Exercise instructions: Copy, word for word, the lines of the entries below between the one with "#81=IFCINDEXEDPOLYGONALFACE((1,2,23,22));" and the one with "#91=IFCINDEXEDPOLYGONALFACE((9,30,32,11));", inclusive, and leave out everything else.
··· Data for review ···
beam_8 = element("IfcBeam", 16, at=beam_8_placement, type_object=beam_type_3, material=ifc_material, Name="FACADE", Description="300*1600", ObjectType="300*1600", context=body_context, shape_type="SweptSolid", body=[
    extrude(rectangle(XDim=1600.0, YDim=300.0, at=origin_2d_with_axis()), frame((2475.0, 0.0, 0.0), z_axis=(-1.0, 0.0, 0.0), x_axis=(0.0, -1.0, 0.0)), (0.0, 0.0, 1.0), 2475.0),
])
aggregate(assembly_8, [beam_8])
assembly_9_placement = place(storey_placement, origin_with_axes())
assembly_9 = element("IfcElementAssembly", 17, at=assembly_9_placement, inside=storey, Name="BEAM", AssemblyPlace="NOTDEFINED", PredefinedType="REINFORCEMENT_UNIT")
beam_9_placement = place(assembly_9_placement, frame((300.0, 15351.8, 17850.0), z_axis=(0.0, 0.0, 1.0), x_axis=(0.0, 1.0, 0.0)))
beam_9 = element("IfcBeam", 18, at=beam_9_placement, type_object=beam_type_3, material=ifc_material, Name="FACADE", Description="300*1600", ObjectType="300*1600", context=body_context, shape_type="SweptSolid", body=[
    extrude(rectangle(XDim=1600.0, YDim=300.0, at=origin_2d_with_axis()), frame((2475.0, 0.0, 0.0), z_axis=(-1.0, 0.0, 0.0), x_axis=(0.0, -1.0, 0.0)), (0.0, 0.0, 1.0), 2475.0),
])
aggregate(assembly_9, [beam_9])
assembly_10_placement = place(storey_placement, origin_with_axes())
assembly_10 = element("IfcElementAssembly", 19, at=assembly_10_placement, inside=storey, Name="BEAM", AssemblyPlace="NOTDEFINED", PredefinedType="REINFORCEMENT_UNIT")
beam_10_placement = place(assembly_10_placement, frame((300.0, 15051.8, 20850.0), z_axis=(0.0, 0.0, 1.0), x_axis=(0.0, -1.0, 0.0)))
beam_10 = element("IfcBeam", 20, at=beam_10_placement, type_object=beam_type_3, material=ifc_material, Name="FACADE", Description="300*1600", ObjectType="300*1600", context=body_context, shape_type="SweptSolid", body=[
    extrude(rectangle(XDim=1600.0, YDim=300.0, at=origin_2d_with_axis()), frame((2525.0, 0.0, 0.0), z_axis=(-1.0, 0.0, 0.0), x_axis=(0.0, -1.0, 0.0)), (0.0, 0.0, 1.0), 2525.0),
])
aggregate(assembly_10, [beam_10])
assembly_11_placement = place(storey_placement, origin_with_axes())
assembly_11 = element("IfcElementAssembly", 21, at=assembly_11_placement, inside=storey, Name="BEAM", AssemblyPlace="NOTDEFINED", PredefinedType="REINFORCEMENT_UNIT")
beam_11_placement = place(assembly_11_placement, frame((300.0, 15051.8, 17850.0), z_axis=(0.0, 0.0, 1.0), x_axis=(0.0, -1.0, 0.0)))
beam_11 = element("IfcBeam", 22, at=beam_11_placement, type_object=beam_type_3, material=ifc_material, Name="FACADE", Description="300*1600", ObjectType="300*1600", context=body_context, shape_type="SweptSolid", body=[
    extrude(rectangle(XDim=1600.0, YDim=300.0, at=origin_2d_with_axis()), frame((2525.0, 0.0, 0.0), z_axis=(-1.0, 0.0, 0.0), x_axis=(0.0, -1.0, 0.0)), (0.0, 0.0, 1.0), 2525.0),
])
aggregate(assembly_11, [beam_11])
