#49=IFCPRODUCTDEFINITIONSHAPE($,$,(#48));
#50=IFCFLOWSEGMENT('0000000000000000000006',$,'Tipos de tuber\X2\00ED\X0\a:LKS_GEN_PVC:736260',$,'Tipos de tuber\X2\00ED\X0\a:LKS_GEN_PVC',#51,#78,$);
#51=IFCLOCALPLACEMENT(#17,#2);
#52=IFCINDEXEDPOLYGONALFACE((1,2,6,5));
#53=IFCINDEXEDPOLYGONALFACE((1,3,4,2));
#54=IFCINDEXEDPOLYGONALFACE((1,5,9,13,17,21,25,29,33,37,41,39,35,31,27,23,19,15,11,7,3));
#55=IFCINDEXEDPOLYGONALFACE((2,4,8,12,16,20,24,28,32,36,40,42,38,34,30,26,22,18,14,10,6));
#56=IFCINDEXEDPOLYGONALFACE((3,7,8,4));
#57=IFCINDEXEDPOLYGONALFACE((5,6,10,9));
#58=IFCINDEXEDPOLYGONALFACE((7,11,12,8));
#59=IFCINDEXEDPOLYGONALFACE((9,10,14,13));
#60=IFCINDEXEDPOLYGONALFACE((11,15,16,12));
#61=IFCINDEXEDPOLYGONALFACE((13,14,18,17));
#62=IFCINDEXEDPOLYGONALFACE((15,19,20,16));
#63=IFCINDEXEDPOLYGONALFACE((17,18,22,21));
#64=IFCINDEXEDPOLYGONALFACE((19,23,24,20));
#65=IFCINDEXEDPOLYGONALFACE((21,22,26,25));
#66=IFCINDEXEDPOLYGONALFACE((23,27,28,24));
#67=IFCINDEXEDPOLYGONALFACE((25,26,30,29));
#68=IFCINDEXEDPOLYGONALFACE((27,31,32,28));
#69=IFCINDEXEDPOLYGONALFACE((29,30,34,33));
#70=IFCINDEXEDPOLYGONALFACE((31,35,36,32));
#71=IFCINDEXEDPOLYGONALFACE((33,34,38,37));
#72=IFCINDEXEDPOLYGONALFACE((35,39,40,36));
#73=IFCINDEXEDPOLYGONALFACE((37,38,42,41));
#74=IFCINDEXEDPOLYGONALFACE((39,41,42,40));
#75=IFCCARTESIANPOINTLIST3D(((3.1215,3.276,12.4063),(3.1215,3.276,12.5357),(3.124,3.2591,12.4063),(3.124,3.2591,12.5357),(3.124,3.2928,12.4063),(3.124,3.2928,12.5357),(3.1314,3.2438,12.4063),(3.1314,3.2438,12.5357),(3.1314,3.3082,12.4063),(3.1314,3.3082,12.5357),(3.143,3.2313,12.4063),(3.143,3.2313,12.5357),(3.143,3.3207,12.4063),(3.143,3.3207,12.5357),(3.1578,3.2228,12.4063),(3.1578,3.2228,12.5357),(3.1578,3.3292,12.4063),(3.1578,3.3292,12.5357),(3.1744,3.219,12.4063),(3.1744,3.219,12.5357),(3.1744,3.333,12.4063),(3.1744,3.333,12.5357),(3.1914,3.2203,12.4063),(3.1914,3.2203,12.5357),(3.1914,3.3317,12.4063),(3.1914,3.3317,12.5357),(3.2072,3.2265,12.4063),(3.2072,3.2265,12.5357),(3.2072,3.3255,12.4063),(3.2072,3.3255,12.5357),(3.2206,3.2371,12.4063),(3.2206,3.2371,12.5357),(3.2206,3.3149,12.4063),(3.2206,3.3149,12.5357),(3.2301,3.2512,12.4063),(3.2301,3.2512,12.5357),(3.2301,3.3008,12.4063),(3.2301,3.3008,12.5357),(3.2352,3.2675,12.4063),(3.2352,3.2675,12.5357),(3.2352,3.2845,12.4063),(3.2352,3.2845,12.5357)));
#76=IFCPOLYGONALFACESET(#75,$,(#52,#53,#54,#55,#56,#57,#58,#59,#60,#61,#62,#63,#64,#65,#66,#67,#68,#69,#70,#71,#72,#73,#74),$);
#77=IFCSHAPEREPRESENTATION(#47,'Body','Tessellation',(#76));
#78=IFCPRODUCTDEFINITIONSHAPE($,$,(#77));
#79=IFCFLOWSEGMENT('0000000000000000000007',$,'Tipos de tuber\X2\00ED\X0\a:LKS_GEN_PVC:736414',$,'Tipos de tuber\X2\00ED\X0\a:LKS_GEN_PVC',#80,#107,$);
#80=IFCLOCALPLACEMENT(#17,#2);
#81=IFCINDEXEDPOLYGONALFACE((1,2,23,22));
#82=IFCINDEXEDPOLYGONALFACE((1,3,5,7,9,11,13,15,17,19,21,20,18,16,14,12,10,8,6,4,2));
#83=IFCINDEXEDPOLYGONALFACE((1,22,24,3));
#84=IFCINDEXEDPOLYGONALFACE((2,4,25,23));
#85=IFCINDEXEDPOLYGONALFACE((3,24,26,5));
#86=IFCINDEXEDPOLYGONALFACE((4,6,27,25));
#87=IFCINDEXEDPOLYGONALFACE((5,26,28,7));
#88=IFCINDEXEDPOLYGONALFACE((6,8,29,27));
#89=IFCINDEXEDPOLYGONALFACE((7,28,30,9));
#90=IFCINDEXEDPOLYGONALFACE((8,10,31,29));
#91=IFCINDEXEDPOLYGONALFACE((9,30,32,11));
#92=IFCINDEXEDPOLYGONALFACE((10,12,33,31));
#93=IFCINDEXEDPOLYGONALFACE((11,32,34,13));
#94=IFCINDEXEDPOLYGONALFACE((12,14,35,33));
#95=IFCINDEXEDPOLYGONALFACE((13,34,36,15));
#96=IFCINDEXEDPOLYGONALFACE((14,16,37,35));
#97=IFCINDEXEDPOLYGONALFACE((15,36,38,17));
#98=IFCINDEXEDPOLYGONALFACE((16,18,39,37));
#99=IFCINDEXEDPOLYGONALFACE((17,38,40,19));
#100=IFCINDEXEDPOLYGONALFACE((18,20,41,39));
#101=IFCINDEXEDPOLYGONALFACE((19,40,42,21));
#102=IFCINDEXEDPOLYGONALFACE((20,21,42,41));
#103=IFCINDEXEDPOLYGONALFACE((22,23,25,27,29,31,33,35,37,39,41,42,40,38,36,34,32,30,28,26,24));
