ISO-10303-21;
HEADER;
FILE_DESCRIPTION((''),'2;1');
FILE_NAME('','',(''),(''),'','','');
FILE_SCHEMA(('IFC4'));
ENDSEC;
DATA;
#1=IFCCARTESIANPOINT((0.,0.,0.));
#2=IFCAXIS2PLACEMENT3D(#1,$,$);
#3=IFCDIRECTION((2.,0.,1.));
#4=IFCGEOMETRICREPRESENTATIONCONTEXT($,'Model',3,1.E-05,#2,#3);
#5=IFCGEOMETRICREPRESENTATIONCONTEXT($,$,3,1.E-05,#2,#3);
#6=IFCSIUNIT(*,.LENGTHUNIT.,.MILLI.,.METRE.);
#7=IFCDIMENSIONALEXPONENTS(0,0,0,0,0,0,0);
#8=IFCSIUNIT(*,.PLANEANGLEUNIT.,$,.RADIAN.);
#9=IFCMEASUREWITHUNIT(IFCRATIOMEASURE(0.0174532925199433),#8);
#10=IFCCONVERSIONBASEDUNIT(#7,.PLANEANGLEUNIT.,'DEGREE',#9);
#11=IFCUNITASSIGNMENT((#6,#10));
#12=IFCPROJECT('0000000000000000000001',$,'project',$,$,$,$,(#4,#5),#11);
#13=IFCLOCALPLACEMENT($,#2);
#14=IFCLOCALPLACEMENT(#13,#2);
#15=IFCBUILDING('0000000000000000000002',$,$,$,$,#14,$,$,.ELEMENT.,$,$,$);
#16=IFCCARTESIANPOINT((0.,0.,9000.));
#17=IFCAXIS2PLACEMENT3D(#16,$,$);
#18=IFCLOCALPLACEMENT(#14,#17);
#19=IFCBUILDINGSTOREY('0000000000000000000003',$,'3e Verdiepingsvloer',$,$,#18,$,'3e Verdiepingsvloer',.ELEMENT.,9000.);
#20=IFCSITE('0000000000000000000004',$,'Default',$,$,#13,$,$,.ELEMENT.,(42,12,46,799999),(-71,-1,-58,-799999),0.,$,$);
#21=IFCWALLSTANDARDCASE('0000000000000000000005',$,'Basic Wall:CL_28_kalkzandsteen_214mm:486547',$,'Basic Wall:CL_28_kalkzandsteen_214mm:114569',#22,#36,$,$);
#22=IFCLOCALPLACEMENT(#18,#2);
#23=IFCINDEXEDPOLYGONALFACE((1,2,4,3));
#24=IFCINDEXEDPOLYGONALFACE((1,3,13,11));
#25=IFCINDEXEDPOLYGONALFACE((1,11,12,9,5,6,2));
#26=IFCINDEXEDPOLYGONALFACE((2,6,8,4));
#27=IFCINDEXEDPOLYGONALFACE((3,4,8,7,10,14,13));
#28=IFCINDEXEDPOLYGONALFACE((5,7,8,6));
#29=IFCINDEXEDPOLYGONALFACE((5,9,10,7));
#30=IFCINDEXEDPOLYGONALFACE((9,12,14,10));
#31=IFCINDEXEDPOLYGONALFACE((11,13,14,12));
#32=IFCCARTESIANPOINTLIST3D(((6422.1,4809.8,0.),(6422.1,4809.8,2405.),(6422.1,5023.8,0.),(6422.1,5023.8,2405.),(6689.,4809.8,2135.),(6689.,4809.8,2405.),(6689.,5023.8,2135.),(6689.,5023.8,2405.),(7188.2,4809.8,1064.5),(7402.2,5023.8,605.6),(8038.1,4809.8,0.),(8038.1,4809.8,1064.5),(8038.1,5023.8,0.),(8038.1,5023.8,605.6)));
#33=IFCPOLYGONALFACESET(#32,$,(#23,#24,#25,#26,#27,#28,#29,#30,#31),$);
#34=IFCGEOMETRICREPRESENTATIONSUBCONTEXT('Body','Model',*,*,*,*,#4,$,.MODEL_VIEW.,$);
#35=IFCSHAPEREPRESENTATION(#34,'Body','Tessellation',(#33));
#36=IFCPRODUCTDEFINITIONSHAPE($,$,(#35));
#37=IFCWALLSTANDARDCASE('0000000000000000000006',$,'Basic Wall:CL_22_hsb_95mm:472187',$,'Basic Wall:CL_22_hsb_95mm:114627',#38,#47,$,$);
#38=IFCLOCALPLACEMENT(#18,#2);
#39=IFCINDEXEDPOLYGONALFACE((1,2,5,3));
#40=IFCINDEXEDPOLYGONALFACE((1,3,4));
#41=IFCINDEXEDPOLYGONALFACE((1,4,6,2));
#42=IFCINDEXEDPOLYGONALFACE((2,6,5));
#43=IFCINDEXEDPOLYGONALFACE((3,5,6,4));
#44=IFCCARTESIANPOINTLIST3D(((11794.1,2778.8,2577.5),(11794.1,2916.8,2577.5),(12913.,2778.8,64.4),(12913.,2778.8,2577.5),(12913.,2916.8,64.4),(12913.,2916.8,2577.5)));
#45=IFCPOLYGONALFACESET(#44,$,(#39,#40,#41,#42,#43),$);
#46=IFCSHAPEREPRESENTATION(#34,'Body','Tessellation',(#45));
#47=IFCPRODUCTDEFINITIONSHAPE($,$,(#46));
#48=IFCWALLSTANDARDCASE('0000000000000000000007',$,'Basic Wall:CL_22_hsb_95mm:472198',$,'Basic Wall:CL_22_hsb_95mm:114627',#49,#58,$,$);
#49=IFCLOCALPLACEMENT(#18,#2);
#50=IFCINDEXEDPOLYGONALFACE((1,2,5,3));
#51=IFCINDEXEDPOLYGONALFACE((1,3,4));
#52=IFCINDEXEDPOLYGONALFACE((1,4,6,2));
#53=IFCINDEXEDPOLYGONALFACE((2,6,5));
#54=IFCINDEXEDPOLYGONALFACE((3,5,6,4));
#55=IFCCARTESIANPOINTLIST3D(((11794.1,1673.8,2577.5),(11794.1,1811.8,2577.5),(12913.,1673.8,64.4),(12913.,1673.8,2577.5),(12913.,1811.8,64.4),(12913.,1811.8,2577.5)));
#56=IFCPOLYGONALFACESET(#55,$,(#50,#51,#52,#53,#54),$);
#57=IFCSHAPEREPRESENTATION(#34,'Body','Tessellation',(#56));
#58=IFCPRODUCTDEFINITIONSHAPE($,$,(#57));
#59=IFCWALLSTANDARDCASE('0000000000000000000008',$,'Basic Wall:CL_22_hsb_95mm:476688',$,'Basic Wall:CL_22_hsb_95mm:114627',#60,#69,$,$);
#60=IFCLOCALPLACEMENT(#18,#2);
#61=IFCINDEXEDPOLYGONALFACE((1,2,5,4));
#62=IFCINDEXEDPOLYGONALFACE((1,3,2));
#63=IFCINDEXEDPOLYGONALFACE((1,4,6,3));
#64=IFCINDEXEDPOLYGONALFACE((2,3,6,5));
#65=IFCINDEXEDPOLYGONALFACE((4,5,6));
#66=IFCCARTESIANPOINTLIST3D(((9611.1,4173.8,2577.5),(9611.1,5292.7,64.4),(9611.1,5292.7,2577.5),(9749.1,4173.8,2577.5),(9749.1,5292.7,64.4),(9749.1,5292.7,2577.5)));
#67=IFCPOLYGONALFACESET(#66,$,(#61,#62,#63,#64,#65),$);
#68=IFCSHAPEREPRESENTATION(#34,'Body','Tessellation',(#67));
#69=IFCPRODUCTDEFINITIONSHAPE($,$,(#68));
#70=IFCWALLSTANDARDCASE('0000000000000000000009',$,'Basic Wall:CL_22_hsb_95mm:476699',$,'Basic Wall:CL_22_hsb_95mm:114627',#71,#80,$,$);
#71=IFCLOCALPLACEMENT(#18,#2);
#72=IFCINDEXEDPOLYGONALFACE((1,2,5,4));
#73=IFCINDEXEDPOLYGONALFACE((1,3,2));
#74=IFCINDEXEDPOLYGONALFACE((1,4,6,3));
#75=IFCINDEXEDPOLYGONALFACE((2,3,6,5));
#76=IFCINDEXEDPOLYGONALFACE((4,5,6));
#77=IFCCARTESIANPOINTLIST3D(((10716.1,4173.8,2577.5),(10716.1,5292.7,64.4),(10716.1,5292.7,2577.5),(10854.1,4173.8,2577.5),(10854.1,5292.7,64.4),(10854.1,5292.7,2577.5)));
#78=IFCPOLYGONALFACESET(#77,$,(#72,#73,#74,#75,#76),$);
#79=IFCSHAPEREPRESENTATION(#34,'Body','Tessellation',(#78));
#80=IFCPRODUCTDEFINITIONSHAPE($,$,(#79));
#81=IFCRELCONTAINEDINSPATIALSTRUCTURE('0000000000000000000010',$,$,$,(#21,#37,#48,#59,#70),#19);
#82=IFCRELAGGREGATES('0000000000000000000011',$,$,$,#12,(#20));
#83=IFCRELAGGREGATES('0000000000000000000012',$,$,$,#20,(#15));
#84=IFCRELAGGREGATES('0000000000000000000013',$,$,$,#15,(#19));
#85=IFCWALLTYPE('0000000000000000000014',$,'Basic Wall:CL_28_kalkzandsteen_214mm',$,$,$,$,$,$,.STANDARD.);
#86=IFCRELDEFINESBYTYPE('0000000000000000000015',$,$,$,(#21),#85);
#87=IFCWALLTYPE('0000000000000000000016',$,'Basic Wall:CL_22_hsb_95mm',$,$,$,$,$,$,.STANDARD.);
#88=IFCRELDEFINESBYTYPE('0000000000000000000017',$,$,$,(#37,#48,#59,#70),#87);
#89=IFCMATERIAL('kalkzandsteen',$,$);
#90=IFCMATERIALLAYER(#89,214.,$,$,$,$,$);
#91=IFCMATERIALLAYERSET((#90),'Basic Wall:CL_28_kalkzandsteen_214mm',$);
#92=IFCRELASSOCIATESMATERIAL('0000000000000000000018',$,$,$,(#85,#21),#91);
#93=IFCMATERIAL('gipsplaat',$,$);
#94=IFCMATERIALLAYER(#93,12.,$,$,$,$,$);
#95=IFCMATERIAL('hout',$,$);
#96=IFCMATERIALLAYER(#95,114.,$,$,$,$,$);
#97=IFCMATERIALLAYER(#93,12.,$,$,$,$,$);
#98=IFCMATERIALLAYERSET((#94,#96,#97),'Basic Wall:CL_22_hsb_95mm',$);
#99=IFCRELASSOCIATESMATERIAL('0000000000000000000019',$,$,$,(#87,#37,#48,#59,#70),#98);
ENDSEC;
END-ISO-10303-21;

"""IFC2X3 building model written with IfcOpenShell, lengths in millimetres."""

from ifc_helpers import new_model, entity, si_unit, converted_unit, direction, frame, frame_2d, origin, place, context, subcontext, project, spatial, polyline, rectangle, extrude, clip, halfspace, bounded_halfspace, material, layer, layer_set, layer_usage, type_object, element, save


model = new_model("IFC2X3")

# Units and contexts
model_context = context("Model", 3, precision=1e-05, world=origin(), true_north=direction((2.0, 0.0, 1.0)))
context_of_model = context(None, 3, precision=1e-05, world=origin(), true_north=direction((2.0, 0.0, 1.0)))
body_context = subcontext(model_context, "Body", "Model", "MODEL_VIEW")
ifc_project = project(units=[si_unit("LENGTHUNIT", "METRE", prefix="MILLI"), converted_unit("PLANEANGLEUNIT", "DEGREE", entity("IfcRatioMeasure", 0.0174532925199433), si_unit("PLANEANGLEUNIT", "RADIAN"), dimensions=[0, 0, 0, 0, 0, 0, 0])], contexts=[model_context, context_of_model])

# Site, building, storey
site_placement = place(None, origin())
site = spatial("IfcSite", under=ifc_project, at=site_placement, Name="Default", CompositionType="ELEMENT", RefLatitude=(42, 12, 46, 799999), RefLongitude=(-71, -1, -58, -799999), RefElevation=0.0)
building_placement = place(site_placement, origin())
building = spatial("IfcBuilding", under=site, at=building_placement, CompositionType="ELEMENT")
storey_placement = place(building_placement, frame((0.0, 0.0, 9000.0)))
storey = spatial("IfcBuildingStorey", under=building, at=storey_placement, Name="3e Verdiepingsvloer", LongName="3e Verdiepingsvloer", CompositionType="ELEMENT", Elevation=9000.0)

# Shared definitions
ifc_material_1 = material(Name="hout")

# Walls
ifc_material_2 = material(Name="kalkzandsteen")
ifc_layer_1 = layer(ifc_material_2, 214.0)
ifc_layer_set_1 = layer_set([ifc_layer_1], Name="Basic Wall:CL_28_kalkzandsteen_214mm")
ifc_layer_usage_1 = layer_usage(ifc_layer_set_1, "AXIS2", "NEGATIVE", 107.0)
wall_type_1 = type_object("IfcWallType", Name="Basic Wall:CL_28_kalkzandsteen_214mm", PredefinedType="STANDARD", material=ifc_layer_set_1)
wall_1_placement = place(storey_placement, frame((8038.1, 4916.8, 0.0), z_axis=(0.0, 0.0, 1.0), x_axis=(-1.0, 0.0, 0.0)))
element("IfcWallStandardCase", 1, at=wall_1_placement, inside=storey, type_object=wall_type_1, material=ifc_layer_usage_1, Name="Basic Wall:CL_28_kalkzandsteen_214mm:486547", ObjectType="Basic Wall:CL_28_kalkzandsteen_214mm:114569", context=body_context, shape_type="Clipping", body=[
    clip(clip(clip(extrude(rectangle(XDim=1616.0, YDim=214.0, at=frame_2d((808.0, 0.0), x_axis=(-1.0, 0.0))), origin(), (0.0, 0.0, 1.0), 2640.0), bounded_halfspace(frame((1349.1, -107.0, 2405.0), z_axis=(0.0, 0.0, 1.0), x_axis=(-1.0, 0.0, 0.0)), False, frame((1349.1, -107.0, 2405.0)), polyline([(0.0, 0.0), (266.9, 0.0), (266.9, 214.0), (0.0, 214.0), (0.0, 0.0)]))), bounded_halfspace(frame((0.0, -107.0, 605.6), z_axis=(0.0, -0.906308, 0.422618), x_axis=(1.0, 0.0, 0.0)), False, frame((0.0, -107.0, 605.6)), polyline([(0.0, 0.0), (635.9, 0.0), (849.9, 214.0), (0.0, 214.0), (0.0, 0.0)]))), bounded_halfspace(frame((635.9, -107.0, 605.6), z_axis=(-0.906308, 0.0, 0.422618), x_axis=(0.0, -1.0, 0.0)), False, frame((635.9, -107.0, 605.6)), polyline([(0.0, 0.0), (713.2, 0.0), (713.2, 214.0), (214.0, 214.0), (0.0, 0.0)]))),
])
ifc_material_3 = material(Name="gipsplaat")
ifc_layer_2 = layer(ifc_material_3, 12.0)
ifc_layer_3 = layer(ifc_material_1, 114.0)
ifc_layer_4 = layer(ifc_material_3, 12.0)
ifc_layer_set_2 = layer_set([ifc_layer_2, ifc_layer_3, ifc_layer_4], Name="Basic Wall:CL_22_hsb_95mm")
ifc_layer_usage_2 = layer_usage(ifc_layer_set_2, "AXIS2", "NEGATIVE", 69.0)
wall_type_2 = type_object("IfcWallType", Name="Basic Wall:CL_22_hsb_95mm", PredefinedType="STANDARD", material=ifc_layer_set_2)
wall_2_placement = place(storey_placement, frame((11794.1, 2847.8, 0.0)))
element("IfcWallStandardCase", 2, at=wall_2_placement, inside=storey, type_object=wall_type_2, material=ifc_layer_usage_2, Name="Basic Wall:CL_22_hsb_95mm:472187", ObjectType="Basic Wall:CL_22_hsb_95mm:114627", context=body_context, shape_type="Clipping", body=[
    clip(clip(extrude(rectangle(XDim=1118.9, YDim=138.0, at=frame_2d((559.5, 0.0), x_axis=(-1.0, 0.0))), origin(), (0.0, 0.0, 1.0), 2860.0), halfspace(frame((1118.9, -69.0, 64.4), z_axis=(-0.913545, 0.0, -0.406737), x_axis=(0.0, 1.0, 0.0)), False)), halfspace(frame((0.0, -69.0, 2577.5), z_axis=(0.0, 0.0, 1.0), x_axis=(0.0, 1.0, 0.0)), False)),
])
ifc_layer_usage_3 = layer_usage(ifc_layer_set_2, "AXIS2", "NEGATIVE", 69.0)
wall_3_placement = place(storey_placement, frame((11794.1, 1742.8, 0.0)))
element("IfcWallStandardCase", 3, at=wall_3_placement, inside=storey, type_object=wall_type_2, material=ifc_layer_usage_3, Name="Basic Wall:CL_22_hsb_95mm:472198", ObjectType="Basic Wall:CL_22_hsb_95mm:114627", context=body_context, shape_type="Clipping", body=[
    clip(clip(extrude(rectangle(XDim=1118.9, YDim=138.0, at=frame_2d((559.5, 0.0), x_axis=(-1.0, 0.0))), origin(), (0.0, 0.0, 1.0), 2860.0), halfspace(frame((1118.9, -69.0, 64.4), z_axis=(-0.913545, 0.0, -0.406737), x_axis=(0.0, 1.0, 0.0)), False)), halfspace(frame((0.0, -69.0, 2577.5), z_axis=(0.0, 0.0, 1.0), x_axis=(0.0, 1.0, 0.0)), False)),
])
ifc_layer_usage_4 = layer_usage(ifc_layer_set_2, "AXIS2", "NEGATIVE", 69.0)
wall_4_placement = place(storey_placement, frame((9680.1, 4173.8, 0.0), z_axis=(0.0, 0.0, 1.0), x_axis=(0.0, 1.0, 0.0)))
element("IfcWallStandardCase", 4, at=wall_4_placement, inside=storey, type_object=wall_type_2, material=ifc_layer_usage_4, Name="Basic Wall:CL_22_hsb_95mm:476688", ObjectType="Basic Wall:CL_22_hsb_95mm:114627", context=body_context, shape_type="Clipping", body=[
    clip(clip(extrude(rectangle(XDim=1118.9, YDim=138.0, at=frame_2d((559.5, 0.0), x_axis=(-1.0, 0.0))), origin(), (0.0, 0.0, 1.0), 2860.0), halfspace(frame((1118.9, -69.0, 64.4), z_axis=(-0.913545, 0.0, -0.406737), x_axis=(0.0, 1.0, 0.0)), False)), halfspace(frame((0.0, -69.0, 2577.5), z_axis=(0.0, 0.0, 1.0), x_axis=(0.0, 1.0, 0.0)), False)),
···
Written solution:
#81=IFCINDEXEDPOLYGONALFACE((1,2,23,22));
#82=IFCINDEXEDPOLYGONALFACE((1,3,5,7,9,11,13,15,17,19,21,20,18,16,14,12,10,8,6,4,2));
#83=IFCINDEXEDPOLYGONALFACE((1,22,24,3));
#84=IFCINDEXEDPOLYGONALFACE((2,4,25,23));
#85=IFCINDEXEDPOLYGONALFACE((3,24,26,5));
#86=IFCINDEXEDPOLYGONALFACE((4,6,27,25));
#87=IFCINDEXEDPOLYGONALFACE((5,26,28,7));
#88=IFCINDEXEDPOLYGONALFACE((6,8,29,27));
#89=IFCINDEXEDPOLYGONALFACE((7,28,30,9));
#90=IFCINDEXEDPOLYGONALFACE((8,10,31,29));
#91=IFCINDEXEDPOLYGONALFACE((9,30,32,11));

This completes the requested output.